Error from server (failed to find matching virtualGateway for gatewayRoute: gateway-route-paths, expecting 1 but found 0): error when creating "virtual-gateway.yaml": admission webhook "mgatewayroute.appmesh.k8s.aws" denied the request: failed to find matching virtualGateway for gatewayRoute: gateway-route-paths, expecting 1 but found 0

Expected outcome
I expect the order of VirtualGateway and VirtualRouter being applied not to matter, and the resources to be applied successfully to the cluster.

Environment

• App Mesh controller version 1.4.2
• Envoy version v1.20.0.1-prod
• Are you using any integrations? X-ray, Jaeger etc. If so versions? No
• Kubernetes version 1.21
• Using EKS (yes/no), if so version? Yes, EKS 1.21

Additional Context:
You can workaround this using Fluxv2 Kustomize dependsOn feature, making sure VirtualGateway gets applied in a Kustomization before another Kustomization that has the GatewayRoute, but it adds considerable burden on the user, when declarative manifests should just work.

[cgchinmay]

Was able to repro the issue, kustomize has certain ordering rules and that makes VirtualGateway to always appear after gatewayroute which causes this issue.
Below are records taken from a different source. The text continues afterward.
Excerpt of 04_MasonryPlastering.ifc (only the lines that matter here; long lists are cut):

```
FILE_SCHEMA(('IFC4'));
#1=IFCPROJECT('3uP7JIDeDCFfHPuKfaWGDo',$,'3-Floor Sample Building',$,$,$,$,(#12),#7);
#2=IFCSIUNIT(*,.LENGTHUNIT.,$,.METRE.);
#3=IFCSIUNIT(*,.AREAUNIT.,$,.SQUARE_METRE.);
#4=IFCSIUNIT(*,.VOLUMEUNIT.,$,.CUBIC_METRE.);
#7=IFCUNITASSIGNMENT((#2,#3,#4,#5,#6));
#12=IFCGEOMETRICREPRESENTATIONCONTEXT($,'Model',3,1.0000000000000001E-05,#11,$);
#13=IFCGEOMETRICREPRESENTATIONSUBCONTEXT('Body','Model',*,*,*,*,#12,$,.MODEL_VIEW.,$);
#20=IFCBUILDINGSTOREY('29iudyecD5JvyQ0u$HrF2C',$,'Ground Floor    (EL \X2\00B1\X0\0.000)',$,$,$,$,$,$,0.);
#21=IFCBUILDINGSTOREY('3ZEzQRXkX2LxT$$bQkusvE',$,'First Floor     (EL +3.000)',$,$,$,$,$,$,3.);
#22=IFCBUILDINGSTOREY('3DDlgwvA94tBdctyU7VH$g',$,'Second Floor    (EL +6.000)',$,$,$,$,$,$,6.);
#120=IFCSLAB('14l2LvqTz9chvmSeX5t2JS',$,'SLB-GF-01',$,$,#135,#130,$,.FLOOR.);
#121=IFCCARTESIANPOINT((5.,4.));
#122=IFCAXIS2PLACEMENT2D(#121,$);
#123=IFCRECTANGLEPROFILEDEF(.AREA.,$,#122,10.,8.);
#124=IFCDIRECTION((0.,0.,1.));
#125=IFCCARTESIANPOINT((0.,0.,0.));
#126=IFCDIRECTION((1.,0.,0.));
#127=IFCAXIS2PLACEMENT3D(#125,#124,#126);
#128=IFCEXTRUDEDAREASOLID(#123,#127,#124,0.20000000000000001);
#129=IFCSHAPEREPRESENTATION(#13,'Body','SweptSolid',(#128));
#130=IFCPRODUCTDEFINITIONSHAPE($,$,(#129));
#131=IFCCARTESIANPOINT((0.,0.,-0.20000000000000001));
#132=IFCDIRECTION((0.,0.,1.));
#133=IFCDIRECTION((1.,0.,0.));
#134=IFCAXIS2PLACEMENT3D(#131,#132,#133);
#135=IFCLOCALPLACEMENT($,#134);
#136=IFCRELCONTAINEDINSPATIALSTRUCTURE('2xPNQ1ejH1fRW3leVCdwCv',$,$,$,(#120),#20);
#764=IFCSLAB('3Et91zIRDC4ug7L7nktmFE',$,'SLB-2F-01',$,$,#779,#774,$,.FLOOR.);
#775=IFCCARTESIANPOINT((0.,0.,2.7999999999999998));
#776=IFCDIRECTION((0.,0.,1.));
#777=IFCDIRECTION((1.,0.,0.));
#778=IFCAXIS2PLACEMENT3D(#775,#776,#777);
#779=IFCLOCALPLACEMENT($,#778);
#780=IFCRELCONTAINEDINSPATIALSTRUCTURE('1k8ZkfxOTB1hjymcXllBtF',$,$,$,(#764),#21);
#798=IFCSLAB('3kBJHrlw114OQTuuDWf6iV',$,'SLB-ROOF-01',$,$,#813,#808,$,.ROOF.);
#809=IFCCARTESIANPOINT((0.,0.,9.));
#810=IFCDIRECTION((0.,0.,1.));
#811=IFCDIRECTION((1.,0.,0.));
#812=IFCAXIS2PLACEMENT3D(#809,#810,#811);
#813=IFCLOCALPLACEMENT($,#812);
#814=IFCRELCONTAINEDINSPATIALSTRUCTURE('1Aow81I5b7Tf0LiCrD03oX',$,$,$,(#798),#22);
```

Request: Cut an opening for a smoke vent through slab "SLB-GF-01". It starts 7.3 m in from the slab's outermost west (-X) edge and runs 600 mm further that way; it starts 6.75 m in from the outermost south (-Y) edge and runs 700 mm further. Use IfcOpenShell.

```python
import numpy as np
import ifcopenshell
import ifcopenshell.api.feature
import ifcopenshell.api.geometry
import ifcopenshell.api.root
import ifcopenshell.geom
import ifcopenshell.util.placement
import ifcopenshell.util.representation
import ifcopenshell.util.shape
import ifcopenshell.util.unit

model = ifcopenshell.open("04_MasonryPlastering.ifc")
unit_scale = ifcopenshell.util.unit.calculate_unit_scale(model)
settings = ifcopenshell.geom.settings()


def volume(element):
    """Net volume in cubic metres, openings subtracted."""
    shape = ifcopenshell.geom.create_shape(settings, element)
    return ifcopenshell.util.shape.get_volume(shape.geometry)


slab = model.by_guid("14l2LvqTz9chvmSeX5t2JS")
before = volume(slab)

# Extent in the slab's own axes, in metres. The edges named are its -X and -Y sides.
slab_shape = ifcopenshell.geom.create_shape(settings, slab)
vertices = ifcopenshell.util.shape.get_vertices(slab_shape.geometry)
x_min, y_min, bottom = vertices.min(axis=0)
top = vertices[:, 2].max()

opening = ifcopenshell.api.root.create_entity(model, ifc_class="IfcOpeningElement", name="Smoke vent opening", predefined_type="OPENING")
context = ifcopenshell.util.representation.get_context(model, "Model", "Body", "MODEL_VIEW")
width, depth = 0.6, 0.7
outline = [(0.0, 0.0), (width, 0.0), (width, depth), (0.0, depth), (0.0, 0.0)]
# Overshoot both faces by 50 mm so the cut is clean.
shape = ifcopenshell.api.geometry.add_slab_representation(
    model, context=context, depth=top - bottom + 0.1, polyline=outline
)
ifcopenshell.api.geometry.assign_representation(model, product=opening, representation=shape)

matrix = ifcopenshell.util.placement.get_local_placement(slab.ObjectPlacement)
matrix[:, 3] = matrix @ np.append(np.array([x_min + 7.3, y_min + 6.75, bottom - 0.05]) / unit_scale, 1.0)
ifcopenshell.api.geometry.edit_object_placement(model, product=opening, matrix=matrix, is_si=False)
ifcopenshell.api.feature.add_feature(model, feature=opening, element=slab)

after = volume(slab)

print(f"slab volume {before:.3f} -> {after:.3f} m3")

model.write("04_MasonryPlastering_updated.ifc")
```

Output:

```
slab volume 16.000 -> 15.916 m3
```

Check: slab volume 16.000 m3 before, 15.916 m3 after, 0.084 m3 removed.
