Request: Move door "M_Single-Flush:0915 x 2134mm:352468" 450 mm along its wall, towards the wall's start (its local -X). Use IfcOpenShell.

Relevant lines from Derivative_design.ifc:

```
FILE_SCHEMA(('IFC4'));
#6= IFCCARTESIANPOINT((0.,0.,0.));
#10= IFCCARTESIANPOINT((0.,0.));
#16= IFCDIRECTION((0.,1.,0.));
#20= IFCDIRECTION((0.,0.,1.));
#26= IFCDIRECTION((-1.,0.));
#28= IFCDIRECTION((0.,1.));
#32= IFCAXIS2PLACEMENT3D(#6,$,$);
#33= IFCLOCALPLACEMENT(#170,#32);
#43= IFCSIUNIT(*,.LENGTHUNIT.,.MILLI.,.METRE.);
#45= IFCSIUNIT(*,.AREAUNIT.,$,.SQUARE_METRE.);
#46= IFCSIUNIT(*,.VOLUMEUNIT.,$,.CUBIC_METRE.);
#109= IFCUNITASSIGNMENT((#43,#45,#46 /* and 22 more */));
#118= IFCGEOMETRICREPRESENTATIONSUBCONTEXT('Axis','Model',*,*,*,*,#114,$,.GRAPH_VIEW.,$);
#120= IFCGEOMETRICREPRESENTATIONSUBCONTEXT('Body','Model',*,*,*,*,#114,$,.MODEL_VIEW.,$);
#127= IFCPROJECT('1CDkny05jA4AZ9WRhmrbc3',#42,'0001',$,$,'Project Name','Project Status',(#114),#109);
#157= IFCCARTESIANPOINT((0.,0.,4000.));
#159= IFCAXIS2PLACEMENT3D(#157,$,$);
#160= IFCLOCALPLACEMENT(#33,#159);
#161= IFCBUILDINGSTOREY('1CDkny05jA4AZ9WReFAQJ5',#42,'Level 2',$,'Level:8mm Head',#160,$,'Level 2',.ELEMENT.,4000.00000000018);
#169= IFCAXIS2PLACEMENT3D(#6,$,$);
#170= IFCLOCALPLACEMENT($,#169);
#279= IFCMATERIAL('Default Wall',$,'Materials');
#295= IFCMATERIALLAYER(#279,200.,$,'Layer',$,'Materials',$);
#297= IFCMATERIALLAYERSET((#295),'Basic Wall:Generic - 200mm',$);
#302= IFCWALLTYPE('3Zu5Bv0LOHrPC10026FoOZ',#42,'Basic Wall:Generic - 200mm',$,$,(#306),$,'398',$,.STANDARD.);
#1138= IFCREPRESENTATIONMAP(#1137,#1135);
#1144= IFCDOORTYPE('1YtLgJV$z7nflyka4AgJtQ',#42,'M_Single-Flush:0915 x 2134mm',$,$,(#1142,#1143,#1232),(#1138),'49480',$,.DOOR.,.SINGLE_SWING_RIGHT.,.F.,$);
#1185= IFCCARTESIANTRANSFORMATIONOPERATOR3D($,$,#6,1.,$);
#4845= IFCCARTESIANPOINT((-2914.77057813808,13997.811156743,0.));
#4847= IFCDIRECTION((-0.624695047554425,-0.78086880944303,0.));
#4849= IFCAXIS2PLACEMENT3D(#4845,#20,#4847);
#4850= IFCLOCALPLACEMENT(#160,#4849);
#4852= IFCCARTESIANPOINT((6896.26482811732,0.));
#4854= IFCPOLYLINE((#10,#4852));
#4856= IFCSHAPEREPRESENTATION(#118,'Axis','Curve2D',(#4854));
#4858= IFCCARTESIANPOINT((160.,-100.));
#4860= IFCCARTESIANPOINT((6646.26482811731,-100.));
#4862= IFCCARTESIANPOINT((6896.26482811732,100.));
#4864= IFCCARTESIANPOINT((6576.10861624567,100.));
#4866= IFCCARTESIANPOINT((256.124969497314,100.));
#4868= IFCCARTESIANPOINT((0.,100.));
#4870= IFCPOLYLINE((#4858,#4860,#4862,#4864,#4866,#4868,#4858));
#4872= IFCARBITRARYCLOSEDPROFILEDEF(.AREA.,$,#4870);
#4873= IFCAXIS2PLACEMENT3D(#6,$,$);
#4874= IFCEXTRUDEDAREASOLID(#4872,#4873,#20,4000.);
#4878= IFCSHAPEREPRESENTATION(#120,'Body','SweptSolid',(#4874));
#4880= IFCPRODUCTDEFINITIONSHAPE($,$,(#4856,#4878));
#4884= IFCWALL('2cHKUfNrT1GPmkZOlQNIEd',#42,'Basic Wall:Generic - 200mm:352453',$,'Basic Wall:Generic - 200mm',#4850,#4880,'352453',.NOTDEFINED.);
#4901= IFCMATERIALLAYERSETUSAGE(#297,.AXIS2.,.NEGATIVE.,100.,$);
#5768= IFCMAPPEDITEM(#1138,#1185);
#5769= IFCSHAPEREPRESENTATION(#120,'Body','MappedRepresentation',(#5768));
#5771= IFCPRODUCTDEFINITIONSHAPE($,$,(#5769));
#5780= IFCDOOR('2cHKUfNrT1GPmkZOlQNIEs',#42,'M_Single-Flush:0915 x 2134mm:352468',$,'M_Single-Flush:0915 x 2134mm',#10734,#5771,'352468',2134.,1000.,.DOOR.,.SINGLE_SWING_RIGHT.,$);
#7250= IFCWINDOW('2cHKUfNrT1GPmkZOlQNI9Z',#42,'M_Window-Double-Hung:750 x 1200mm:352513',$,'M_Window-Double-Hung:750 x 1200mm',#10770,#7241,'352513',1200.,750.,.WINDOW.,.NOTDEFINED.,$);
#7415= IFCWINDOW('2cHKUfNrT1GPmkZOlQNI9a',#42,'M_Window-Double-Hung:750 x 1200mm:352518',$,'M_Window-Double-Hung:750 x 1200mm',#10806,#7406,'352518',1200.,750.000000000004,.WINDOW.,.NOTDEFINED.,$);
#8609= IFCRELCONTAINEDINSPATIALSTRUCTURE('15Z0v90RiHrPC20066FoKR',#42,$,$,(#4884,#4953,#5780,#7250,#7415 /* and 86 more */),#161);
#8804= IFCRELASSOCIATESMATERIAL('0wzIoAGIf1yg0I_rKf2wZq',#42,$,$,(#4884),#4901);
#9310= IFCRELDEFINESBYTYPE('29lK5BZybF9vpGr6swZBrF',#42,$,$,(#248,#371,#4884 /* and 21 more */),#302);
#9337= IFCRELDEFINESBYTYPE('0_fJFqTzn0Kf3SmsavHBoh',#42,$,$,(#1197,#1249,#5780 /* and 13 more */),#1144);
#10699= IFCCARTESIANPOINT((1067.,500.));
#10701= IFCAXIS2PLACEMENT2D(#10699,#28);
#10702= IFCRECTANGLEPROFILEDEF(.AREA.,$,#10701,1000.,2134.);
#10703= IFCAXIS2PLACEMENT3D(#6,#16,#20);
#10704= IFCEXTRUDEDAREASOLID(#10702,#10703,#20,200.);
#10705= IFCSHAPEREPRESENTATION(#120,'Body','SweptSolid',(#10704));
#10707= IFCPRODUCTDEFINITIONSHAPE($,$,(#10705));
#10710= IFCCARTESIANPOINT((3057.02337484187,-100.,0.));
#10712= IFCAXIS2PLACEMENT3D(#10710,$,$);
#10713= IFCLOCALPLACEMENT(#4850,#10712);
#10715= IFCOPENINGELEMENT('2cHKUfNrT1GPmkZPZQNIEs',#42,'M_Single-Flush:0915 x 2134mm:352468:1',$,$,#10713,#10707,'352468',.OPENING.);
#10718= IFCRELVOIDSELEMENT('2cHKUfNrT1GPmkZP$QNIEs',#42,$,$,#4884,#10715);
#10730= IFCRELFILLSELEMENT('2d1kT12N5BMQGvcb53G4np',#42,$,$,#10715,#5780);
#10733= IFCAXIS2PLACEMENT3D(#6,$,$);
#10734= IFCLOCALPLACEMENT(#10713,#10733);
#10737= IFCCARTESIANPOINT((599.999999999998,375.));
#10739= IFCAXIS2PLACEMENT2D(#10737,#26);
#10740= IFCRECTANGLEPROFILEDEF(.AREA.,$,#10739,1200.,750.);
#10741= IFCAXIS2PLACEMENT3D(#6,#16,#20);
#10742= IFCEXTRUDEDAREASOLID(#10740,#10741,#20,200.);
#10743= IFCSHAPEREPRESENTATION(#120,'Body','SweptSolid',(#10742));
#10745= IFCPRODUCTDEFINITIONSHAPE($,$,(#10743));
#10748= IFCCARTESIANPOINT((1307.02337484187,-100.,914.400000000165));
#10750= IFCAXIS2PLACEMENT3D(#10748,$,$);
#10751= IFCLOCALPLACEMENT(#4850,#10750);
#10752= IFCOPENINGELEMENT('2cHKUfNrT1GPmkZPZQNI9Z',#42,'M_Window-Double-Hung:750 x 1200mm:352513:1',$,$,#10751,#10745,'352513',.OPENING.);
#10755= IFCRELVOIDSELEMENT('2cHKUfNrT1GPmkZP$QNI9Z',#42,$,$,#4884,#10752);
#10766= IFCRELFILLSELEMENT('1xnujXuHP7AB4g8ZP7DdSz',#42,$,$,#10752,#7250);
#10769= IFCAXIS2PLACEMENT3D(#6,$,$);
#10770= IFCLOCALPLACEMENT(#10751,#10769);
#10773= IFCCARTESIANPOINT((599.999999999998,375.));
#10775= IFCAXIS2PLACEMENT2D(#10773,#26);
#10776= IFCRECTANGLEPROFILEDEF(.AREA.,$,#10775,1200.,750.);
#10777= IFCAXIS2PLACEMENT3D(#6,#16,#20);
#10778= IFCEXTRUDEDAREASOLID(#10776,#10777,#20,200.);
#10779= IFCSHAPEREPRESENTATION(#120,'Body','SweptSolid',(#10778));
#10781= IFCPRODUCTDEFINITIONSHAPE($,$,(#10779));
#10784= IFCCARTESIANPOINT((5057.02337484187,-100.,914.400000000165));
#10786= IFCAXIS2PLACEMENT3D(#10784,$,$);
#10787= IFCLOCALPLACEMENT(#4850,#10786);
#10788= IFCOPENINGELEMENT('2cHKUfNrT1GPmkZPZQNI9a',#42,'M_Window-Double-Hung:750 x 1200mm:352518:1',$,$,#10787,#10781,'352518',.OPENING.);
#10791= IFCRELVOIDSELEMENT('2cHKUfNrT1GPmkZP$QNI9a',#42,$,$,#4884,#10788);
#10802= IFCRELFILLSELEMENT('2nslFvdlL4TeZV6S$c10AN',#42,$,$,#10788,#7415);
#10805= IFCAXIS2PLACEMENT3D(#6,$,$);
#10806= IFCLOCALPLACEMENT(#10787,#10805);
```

```python
import ifcopenshell
import ifcopenshell.api.geometry
import ifcopenshell.util.placement

model = ifcopenshell.open("Derivative_design.ifc")

door = model.by_id(5780)
opening = door.FillsVoids[0].RelatingOpeningElement
wall = opening.VoidsElements[0].RelatingBuildingElement

wall_matrix = ifcopenshell.util.placement.get_local_placement(wall.ObjectPlacement)
shift = wall_matrix[:3, 0] * -450.0
before = ifcopenshell.util.placement.get_local_placement(door.ObjectPlacement)[:3, 3].copy()

# The door is placed relative to its opening, so it follows when the opening moves.
matrix = ifcopenshell.util.placement.get_local_placement(opening.ObjectPlacement)
matrix[:3, 3] += shift
ifcopenshell.api.geometry.edit_object_placement(
    model, product=opening, matrix=matrix, is_si=False, should_transform_children=True
)

after = ifcopenshell.util.placement.get_local_placement(door.ObjectPlacement)[:3, 3]
print("door moved by", (after - before).round(3) + 0.0)

model.write("Derivative_design_edited.ifc")
```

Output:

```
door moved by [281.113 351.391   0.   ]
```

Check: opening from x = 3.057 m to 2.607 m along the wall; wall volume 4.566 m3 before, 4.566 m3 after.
Change on the controller side won't be trivial and will require a design change. For now we will have to use the work around.

[cgchinmay]

Closing this issue as we dont have any immediate plans to address this in the controller. We will have to use the suggested workaround for kustomize

[amcginlay]

This problem also emerges when one tries to deploy meshed resources via Helm.

IMO we have a precedent for how it should work. Compare, for example, what happens when you create a VirtualService which depends upon a currently unknown VirtualNode. In this case the controller admits the VirtualService and keeps it in a “pending” state until the VirtualNode is “running”.

The same behaviour should exist between VirtualGateway and GatewayRoute. The dependency should be resolved, eventually, rather than rejected prematurely.

[ar4096]

Good point @amcginlay. We will look into how the controller is resolving this issue in the VirtualService reconciliation loop.